### SOURCE MATERIAL

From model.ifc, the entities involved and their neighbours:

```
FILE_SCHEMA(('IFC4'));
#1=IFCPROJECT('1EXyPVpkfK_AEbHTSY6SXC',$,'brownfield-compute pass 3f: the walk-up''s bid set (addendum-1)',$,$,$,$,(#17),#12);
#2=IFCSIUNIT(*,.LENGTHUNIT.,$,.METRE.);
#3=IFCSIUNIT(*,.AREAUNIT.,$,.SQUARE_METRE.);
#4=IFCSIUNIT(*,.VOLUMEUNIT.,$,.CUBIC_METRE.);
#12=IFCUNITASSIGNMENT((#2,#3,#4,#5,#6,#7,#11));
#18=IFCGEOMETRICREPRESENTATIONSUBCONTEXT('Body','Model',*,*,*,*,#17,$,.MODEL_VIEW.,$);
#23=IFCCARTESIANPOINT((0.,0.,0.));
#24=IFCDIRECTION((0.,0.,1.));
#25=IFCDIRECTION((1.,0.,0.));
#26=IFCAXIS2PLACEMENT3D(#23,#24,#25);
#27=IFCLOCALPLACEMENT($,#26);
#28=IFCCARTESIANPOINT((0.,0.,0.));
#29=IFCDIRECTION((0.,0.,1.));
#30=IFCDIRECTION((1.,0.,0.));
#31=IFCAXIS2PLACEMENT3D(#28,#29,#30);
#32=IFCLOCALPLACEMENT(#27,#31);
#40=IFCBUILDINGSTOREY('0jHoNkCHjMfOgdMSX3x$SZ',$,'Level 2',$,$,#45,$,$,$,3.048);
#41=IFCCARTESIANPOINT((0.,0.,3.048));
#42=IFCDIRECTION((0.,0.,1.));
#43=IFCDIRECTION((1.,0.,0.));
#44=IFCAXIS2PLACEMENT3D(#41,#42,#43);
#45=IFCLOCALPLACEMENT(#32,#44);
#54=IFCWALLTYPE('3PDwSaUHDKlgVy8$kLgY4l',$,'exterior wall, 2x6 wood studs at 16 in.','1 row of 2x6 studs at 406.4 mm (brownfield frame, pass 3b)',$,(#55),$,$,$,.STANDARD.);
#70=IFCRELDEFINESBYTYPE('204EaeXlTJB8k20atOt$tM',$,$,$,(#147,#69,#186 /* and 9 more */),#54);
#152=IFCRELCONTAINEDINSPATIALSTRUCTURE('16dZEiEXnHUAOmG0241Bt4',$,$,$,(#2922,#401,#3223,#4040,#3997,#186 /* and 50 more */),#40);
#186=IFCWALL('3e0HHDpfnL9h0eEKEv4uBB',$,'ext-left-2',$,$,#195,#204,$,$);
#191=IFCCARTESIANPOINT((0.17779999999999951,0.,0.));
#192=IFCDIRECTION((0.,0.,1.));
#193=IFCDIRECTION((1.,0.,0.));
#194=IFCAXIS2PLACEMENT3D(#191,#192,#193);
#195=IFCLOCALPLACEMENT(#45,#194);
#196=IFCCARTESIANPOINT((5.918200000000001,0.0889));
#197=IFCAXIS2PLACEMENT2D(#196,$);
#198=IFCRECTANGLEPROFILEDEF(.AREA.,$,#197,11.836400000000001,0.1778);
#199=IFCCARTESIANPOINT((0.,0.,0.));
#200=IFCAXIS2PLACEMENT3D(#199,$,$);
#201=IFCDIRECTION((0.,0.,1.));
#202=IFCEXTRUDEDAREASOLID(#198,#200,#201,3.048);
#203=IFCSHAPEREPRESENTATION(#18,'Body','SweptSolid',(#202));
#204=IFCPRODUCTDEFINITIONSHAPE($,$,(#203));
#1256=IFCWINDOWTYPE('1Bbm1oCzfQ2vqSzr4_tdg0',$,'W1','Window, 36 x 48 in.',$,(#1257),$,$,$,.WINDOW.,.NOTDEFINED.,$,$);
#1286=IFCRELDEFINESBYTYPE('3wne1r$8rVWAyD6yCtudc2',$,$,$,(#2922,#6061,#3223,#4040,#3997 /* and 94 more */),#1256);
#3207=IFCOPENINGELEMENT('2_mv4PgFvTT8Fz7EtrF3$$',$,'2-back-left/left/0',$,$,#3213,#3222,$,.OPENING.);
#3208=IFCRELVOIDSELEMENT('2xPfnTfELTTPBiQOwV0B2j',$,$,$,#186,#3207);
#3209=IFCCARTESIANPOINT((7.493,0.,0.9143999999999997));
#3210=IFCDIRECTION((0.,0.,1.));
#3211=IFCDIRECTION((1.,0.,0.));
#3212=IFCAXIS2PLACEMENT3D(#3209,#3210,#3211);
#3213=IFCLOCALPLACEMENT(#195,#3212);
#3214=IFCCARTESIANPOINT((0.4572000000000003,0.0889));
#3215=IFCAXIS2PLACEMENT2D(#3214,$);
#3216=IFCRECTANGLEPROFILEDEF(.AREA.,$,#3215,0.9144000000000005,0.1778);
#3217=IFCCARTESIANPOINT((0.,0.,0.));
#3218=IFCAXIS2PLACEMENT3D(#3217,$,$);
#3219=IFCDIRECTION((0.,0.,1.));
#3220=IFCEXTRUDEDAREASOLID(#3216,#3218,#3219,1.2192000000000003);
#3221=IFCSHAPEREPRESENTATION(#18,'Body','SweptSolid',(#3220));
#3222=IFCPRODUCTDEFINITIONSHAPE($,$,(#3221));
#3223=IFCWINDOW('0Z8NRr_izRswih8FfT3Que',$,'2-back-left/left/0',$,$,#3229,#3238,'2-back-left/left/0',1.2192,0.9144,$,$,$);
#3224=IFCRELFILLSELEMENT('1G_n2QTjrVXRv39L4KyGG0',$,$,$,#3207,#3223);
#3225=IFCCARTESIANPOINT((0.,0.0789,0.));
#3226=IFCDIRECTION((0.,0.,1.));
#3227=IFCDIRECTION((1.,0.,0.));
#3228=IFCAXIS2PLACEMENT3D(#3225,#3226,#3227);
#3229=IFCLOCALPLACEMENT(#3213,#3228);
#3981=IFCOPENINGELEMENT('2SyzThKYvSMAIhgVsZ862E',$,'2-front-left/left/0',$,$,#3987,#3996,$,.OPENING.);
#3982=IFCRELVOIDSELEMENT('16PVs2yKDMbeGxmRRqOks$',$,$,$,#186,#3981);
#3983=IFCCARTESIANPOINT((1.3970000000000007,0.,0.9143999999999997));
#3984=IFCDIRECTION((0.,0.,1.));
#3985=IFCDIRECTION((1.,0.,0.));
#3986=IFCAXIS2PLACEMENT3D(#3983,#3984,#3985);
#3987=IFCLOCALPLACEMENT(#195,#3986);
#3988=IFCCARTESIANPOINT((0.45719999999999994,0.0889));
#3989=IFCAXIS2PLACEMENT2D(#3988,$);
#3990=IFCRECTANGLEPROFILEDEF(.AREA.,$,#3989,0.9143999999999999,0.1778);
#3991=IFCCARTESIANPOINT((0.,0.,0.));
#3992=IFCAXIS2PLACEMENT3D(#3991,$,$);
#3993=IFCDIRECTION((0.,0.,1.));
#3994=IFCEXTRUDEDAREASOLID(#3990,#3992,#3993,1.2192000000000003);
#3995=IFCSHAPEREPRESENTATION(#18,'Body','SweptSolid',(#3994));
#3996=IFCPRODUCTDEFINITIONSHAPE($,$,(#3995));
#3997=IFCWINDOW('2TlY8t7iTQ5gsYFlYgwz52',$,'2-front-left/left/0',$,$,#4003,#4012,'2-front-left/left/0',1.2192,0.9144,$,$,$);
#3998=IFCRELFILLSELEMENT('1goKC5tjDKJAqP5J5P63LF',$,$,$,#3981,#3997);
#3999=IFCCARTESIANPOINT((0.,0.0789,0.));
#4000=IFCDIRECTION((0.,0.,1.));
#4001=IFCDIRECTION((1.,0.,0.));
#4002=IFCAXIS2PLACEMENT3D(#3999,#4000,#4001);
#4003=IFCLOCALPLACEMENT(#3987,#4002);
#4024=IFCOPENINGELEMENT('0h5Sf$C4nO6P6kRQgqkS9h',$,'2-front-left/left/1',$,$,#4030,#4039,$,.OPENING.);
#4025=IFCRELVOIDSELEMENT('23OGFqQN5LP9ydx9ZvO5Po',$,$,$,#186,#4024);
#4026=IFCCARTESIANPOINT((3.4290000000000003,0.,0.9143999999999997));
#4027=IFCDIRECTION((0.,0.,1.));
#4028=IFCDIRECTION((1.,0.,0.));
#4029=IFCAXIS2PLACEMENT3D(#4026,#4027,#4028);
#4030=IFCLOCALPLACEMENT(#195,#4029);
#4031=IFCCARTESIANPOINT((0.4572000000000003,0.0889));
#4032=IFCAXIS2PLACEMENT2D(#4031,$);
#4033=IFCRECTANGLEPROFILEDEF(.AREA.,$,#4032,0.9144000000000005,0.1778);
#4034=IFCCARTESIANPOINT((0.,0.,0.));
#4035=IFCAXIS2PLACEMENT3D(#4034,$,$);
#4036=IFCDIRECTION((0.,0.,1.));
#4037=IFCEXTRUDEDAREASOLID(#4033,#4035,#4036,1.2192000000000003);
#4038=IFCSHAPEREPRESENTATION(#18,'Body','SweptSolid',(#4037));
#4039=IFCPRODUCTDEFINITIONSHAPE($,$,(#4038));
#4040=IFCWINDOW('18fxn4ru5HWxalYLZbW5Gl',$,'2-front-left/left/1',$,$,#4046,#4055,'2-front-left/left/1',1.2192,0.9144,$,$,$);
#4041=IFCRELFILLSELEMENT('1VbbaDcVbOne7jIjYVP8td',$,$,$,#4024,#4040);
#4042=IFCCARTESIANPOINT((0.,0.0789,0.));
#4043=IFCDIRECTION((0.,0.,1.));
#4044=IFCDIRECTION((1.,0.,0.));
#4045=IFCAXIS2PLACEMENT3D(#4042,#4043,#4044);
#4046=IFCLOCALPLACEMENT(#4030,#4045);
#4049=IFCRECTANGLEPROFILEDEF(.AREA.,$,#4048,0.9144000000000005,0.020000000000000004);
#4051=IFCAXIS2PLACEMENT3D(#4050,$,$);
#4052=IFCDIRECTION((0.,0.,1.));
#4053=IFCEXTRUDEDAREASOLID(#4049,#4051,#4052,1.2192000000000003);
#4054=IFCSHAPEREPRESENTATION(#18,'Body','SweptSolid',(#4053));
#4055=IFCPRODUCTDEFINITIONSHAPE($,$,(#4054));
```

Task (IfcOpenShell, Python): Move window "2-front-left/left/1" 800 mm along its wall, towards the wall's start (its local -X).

```python
import ifcopenshell
import ifcopenshell.api.geometry
import ifcopenshell.util.placement

model = ifcopenshell.open("model.ifc")

window = model.by_guid("18fxn4ru5HWxalYLZbW5Gl")
opening = window.FillsVoids[0].RelatingOpeningElement
wall = opening.VoidsElements[0].RelatingBuildingElement

wall_matrix = ifcopenshell.util.placement.get_local_placement(wall.ObjectPlacement)
shift = wall_matrix[:3, 0] * -0.8
before = ifcopenshell.util.placement.get_local_placement(window.ObjectPlacement)[:3, 3].copy()

# The window is placed relative to its opening, so it follows when the opening moves.
matrix = ifcopenshell.util.placement.get_local_placement(opening.ObjectPlacement)
matrix[:3, 3] += shift
ifcopenshell.api.geometry.edit_object_placement(
    model, product=opening, matrix=matrix, is_si=False, should_transform_children=True
)

after = ifcopenshell.util.placement.get_local_placement(window.ObjectPlacement)[:3, 3]
print("window moved by", (after - before).round(3) + 0.0)

model.write("model_v2.ifc")
```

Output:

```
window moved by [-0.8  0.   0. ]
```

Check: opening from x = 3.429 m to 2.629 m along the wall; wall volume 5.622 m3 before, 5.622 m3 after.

######

_WHAT THE TASK ASKS:_
Scan the data above for the string "back" and copy each line where it appears.

_THE COMPLETED TASK:_
#3207=IFCOPENINGELEMENT('2_mv4PgFvTT8Fz7EtrF3$$',$,'2-back-left/left/0',$,$,#3213,#3222,$,.OPENING.);
#3223=IFCWINDOW('0Z8NRr_izRswih8FfT3Que',$,'2-back-left/left/0',$,$,#3229,#3238,'2-back-left/left/0',1.2192,0.9144,$,$,$);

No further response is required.